DATA PROVIDED ▸
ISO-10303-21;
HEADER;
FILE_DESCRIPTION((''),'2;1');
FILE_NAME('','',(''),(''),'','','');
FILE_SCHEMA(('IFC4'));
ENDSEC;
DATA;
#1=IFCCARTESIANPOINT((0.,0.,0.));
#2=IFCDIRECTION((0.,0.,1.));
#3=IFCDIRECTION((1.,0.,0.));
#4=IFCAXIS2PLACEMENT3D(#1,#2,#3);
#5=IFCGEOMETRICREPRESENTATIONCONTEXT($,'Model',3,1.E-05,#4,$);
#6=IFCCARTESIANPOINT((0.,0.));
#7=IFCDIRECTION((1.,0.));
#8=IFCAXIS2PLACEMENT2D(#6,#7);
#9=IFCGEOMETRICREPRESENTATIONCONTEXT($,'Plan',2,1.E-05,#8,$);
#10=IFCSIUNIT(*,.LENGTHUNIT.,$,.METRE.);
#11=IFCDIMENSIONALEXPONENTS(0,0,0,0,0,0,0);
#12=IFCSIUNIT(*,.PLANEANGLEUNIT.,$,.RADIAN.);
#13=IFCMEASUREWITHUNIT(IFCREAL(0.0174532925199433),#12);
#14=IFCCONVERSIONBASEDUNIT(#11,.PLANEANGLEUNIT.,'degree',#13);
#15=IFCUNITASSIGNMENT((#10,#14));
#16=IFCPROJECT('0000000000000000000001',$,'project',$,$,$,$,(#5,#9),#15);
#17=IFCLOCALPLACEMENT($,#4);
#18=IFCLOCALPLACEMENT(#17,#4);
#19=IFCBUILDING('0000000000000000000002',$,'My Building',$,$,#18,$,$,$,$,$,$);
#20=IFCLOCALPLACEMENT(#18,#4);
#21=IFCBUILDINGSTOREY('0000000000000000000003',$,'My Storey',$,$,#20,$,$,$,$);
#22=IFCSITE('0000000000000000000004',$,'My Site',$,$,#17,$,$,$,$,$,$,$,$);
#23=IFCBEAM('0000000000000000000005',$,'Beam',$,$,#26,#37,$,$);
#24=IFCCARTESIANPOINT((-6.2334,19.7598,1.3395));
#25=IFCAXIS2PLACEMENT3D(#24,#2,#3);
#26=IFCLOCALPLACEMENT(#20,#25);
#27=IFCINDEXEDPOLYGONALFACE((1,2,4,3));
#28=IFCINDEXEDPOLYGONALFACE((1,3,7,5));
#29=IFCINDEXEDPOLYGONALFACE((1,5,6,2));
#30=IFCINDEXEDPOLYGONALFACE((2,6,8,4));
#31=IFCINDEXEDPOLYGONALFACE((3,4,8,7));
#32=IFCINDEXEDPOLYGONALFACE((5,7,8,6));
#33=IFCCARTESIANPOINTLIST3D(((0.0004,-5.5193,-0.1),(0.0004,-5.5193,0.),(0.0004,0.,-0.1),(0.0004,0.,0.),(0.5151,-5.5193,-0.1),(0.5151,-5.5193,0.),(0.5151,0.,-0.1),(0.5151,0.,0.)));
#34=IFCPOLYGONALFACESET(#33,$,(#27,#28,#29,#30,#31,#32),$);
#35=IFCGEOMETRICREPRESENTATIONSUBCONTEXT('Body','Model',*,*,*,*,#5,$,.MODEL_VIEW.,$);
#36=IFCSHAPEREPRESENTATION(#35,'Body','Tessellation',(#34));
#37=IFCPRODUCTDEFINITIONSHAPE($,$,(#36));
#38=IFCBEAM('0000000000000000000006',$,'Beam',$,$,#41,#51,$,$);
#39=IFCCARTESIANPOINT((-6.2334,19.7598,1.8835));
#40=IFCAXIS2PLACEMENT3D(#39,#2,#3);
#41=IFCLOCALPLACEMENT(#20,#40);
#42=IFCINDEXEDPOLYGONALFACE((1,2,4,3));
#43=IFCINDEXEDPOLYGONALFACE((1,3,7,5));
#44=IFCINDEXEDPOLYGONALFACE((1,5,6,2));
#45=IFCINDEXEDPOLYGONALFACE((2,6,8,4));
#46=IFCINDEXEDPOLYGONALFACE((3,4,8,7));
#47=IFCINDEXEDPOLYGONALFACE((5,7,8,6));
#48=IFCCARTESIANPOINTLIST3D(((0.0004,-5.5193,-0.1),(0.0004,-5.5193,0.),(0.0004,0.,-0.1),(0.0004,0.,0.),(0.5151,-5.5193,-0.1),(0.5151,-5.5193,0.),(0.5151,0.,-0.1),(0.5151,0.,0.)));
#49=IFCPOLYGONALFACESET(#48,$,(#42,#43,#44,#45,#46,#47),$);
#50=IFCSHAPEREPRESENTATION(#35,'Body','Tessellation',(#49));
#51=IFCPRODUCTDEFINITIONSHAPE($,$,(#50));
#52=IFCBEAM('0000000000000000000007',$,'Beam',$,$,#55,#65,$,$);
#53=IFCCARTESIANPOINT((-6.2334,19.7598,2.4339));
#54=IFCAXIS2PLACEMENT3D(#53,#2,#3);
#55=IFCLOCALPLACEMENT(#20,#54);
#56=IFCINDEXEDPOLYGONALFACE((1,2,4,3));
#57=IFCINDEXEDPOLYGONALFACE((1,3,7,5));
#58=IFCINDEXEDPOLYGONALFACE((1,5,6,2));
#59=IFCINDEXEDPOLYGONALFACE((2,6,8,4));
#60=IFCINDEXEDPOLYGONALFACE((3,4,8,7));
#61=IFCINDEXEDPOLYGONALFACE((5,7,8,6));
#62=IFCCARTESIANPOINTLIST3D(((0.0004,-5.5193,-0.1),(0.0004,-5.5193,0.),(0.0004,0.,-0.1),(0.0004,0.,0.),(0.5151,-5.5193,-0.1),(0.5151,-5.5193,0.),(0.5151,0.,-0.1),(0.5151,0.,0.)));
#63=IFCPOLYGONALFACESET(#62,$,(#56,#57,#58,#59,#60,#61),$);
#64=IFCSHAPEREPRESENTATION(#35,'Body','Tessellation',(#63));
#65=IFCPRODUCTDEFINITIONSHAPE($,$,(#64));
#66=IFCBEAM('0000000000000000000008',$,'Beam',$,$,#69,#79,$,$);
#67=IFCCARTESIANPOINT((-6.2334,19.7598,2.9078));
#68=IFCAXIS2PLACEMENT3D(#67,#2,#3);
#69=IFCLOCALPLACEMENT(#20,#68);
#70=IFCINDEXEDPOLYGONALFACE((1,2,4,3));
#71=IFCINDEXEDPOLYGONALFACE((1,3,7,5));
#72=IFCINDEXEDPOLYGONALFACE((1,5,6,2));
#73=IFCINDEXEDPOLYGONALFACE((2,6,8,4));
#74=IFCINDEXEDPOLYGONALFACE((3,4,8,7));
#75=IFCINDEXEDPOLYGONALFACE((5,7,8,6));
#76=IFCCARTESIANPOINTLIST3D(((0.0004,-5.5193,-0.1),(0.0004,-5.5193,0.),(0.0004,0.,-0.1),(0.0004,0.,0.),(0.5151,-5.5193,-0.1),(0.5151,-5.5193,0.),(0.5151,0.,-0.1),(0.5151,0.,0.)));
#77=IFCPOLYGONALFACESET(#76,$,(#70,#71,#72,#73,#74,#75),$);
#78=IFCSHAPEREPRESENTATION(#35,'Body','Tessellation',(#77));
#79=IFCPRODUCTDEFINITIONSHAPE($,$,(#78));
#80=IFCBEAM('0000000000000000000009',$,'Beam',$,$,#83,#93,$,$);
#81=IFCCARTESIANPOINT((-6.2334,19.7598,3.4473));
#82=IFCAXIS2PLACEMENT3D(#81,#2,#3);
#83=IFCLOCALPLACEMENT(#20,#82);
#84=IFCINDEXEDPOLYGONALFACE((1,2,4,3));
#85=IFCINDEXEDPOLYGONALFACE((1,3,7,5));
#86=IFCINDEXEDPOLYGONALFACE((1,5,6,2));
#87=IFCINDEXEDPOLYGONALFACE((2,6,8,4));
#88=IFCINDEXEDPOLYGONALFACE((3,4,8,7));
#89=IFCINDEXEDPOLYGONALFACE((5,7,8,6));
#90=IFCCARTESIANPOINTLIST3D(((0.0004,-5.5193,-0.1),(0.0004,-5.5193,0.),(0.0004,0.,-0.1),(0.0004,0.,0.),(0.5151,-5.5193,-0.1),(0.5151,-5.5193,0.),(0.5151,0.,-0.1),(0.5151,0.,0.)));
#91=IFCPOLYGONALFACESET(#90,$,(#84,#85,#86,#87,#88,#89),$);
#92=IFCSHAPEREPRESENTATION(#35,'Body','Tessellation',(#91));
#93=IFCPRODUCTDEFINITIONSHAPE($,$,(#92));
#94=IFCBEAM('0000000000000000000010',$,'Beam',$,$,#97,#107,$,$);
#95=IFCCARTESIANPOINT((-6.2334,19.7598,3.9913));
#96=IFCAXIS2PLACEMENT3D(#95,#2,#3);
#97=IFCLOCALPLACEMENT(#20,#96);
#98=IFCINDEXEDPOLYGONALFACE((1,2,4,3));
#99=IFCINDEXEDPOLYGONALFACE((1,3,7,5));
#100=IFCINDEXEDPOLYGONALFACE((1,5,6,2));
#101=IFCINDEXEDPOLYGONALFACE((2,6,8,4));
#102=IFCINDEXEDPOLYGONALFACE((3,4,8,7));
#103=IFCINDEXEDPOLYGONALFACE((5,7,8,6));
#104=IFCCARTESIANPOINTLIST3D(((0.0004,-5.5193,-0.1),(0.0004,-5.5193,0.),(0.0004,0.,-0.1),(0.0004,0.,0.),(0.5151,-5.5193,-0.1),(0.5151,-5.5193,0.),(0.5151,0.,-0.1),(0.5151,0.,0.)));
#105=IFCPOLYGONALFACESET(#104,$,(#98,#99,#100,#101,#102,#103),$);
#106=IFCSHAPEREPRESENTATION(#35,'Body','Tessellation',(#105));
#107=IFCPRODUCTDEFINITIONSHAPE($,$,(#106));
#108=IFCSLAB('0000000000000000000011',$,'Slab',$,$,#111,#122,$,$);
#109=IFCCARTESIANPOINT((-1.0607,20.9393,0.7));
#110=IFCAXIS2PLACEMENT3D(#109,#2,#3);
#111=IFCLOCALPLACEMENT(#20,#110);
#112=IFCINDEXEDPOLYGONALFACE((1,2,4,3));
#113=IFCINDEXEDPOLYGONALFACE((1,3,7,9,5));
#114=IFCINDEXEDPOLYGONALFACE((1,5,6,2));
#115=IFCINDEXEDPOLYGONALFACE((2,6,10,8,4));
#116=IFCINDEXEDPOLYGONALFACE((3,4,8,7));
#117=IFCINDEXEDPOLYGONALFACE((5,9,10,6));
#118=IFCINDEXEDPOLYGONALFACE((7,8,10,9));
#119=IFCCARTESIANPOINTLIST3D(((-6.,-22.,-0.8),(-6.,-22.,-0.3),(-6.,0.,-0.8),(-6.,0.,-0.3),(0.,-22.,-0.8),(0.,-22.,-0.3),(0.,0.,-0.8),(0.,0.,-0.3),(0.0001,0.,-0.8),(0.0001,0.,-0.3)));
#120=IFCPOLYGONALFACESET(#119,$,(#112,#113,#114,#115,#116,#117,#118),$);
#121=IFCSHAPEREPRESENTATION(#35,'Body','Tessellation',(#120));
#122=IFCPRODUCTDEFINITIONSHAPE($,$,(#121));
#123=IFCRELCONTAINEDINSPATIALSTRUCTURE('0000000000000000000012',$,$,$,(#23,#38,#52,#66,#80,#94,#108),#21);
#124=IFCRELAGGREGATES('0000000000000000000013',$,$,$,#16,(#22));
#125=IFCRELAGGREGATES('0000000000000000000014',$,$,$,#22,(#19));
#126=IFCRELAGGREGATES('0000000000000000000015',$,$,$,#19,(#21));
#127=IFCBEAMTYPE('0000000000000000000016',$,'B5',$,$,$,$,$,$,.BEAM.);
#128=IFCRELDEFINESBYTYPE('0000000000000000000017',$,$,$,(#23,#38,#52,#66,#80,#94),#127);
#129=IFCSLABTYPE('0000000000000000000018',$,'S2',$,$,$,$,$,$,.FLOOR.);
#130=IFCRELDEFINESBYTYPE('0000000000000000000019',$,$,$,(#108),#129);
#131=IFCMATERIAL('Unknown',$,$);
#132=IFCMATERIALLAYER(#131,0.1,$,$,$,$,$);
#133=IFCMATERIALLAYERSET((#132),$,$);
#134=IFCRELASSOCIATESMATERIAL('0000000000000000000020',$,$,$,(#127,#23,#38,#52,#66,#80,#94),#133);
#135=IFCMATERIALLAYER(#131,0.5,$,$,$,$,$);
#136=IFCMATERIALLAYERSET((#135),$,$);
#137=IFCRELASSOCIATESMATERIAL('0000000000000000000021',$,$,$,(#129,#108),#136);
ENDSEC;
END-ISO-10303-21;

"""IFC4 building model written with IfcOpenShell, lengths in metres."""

from ifc_helpers import new_model, entity, si_unit, converted_unit, frame, origin_with_axes, origin_2d_with_axis, place, context, subcontext, project, spatial, indexed_curve, outline, extrude, material, layer, layer_set, layer_usage, type_object, element, save


model = new_model("IFC4")

# Units and contexts
model_context = context("Model", 3, precision=1e-05, world=origin_with_axes())
plan_context = context("Plan", 2, precision=1e-05, world=origin_2d_with_axis())
body_context = subcontext(model_context, "Body", "Model", "MODEL_VIEW")
ifc_project = project(units=[si_unit("LENGTHUNIT", "METRE"), converted_unit("PLANEANGLEUNIT", "degree", entity("IfcReal", 0.0174532925199433), si_unit("PLANEANGLEUNIT", "RADIAN"), dimensions=[0, 0, 0, 0, 0, 0, 0])], contexts=[model_context, plan_context])

# Site, building, storey
site_placement = place(None, origin_with_axes())
site = spatial("IfcSite", under=ifc_project, at=site_placement, Name="My Site")
building_placement = place(site_placement, origin_with_axes())
building = spatial("IfcBuilding", under=site, at=building_placement, Name="My Building")
storey_placement = place(building_placement, origin_with_axes())
storey = spatial("IfcBuildingStorey", under=building, at=storey_placement, Name="My Storey")

# Shared definitions
ifc_material = material(Name="Unknown")

# Beams
ifc_layer_1 = layer(ifc_material, 0.1)
ifc_layer_set_1 = layer_set([ifc_layer_1])
ifc_layer_usage_1 = layer_usage(ifc_layer_set_1, "AXIS3", "POSITIVE", -0.1)
beam_type_1 = type_object("IfcBeamType", Name="B5", PredefinedType="BEAM", material=ifc_layer_set_1)
beam_1_placement = place(storey_placement, frame((-6.2334, 19.7598, 1.3395), z_axis=(0.0, 0.0, 1.0), x_axis=(1.0, 0.0, 0.0)))
element("IfcBeam", 1, at=beam_1_placement, inside=storey, type_object=beam_type_1, material=ifc_layer_usage_1, Name="Beam", context=body_context, shape_type="SweptSolid", body=[
    extrude(outline(indexed_curve([(0.0, 0.0), (0.5151, 0.0), (0.5151, -5.5193), (0.0004, -5.5193), (0.0004, 0.0), (0.0, 0.0)])), frame((0.0, 0.0, -0.1), z_axis=(0.0, 0.0, 1.0), x_axis=(1.0, 0.0, 0.0)), (0.0, 0.0, 1.0), 0.1),
])
ifc_layer_usage_2 = layer_usage(ifc_layer_set_1, "AXIS3", "POSITIVE", -0.1)
beam_2_placement = place(storey_placement, frame((-6.2334, 19.7598, 1.8835), z_axis=(0.0, 0.0, 1.0), x_axis=(1.0, 0.0, 0.0)))
element("IfcBeam", 2, at=beam_2_placement, inside=storey, type_object=beam_type_1, material=ifc_layer_usage_2, Name="Beam", context=body_context, shape_type="SweptSolid", body=[
    extrude(outline(indexed_curve([(0.0, 0.0), (0.5151, 0.0), (0.5151, -5.5193), (0.0004, -5.5193), (0.0004, 0.0), (0.0, 0.0)])), frame((0.0, 0.0, -0.1), z_axis=(0.0, 0.0, 1.0), x_axis=(1.0, 0.0, 0.0)), (0.0, 0.0, 1.0), 0.1),
])
ifc_layer_usage_3 = layer_usage(ifc_layer_set_1, "AXIS3", "POSITIVE", -0.1)
beam_3_placement = place(storey_placement, frame((-6.2334, 19.7598, 2.4339), z_axis=(0.0, 0.0, 1.0), x_axis=(1.0, 0.0, 0.0)))
element("IfcBeam", 3, at=beam_3_placement, inside=storey, type_object=beam_type_1, material=ifc_layer_usage_3, Name="Beam", context=body_context, shape_type="SweptSolid", body=[
    extrude(outline(indexed_curve([(0.0, 0.0), (0.5151, 0.0), (0.5151, -5.5193), (0.0004, -5.5193), (0.0004, 0.0), (0.0, 0.0)])), frame((0.0, 0.0, -0.1), z_axis=(0.0, 0.0, 1.0), x_axis=(1.0, 0.0, 0.0)), (0.0, 0.0, 1.0), 0.1),
])
ifc_layer_usage_4 = layer_usage(ifc_layer_set_1, "AXIS3", "POSITIVE", -0.1)
beam_4_placement = place(storey_placement, frame((-6.2334, 19.7598, 2.9078), z_axis=(0.0, 0.0, 1.0), x_axis=(1.0, 0.0, 0.0)))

ASSIGNED TASK ▸ Every line above from the line with "#65=IFCPRODUCTDEFINITIONSHAPE($,$,(#64));" to the line with "#78=IFCSHAPEREPRESENTATION(#35,'Body','Tessellation',(#77));", both included, must be reproduced exactly, and no other line may appear.

TASK RESULT ▸
#65=IFCPRODUCTDEFINITIONSHAPE($,$,(#64));
#66=IFCBEAM('0000000000000000000008',$,'Beam',$,$,#69,#79,$,$);
#67=IFCCARTESIANPOINT((-6.2334,19.7598,2.9078));
#68=IFCAXIS2PLACEMENT3D(#67,#2,#3);
#69=IFCLOCALPLACEMENT(#20,#68);
#70=IFCINDEXEDPOLYGONALFACE((1,2,4,3));
#71=IFCINDEXEDPOLYGONALFACE((1,3,7,5));
#72=IFCINDEXEDPOLYGONALFACE((1,5,6,2));
#73=IFCINDEXEDPOLYGONALFACE((2,6,8,4));
#74=IFCINDEXEDPOLYGONALFACE((3,4,8,7));
#75=IFCINDEXEDPOLYGONALFACE((5,7,8,6));
#76=IFCCARTESIANPOINTLIST3D(((0.0004,-5.5193,-0.1),(0.0004,-5.5193,0.),(0.0004,0.,-0.1),(0.0004,0.,0.),(0.5151,-5.5193,-0.1),(0.5151,-5.5193,0.),(0.5151,0.,-0.1),(0.5151,0.,0.)));
#77=IFCPOLYGONALFACESET(#76,$,(#70,#71,#72,#73,#74,#75),$);
#78=IFCSHAPEREPRESENTATION(#35,'Body','Tessellation',(#77));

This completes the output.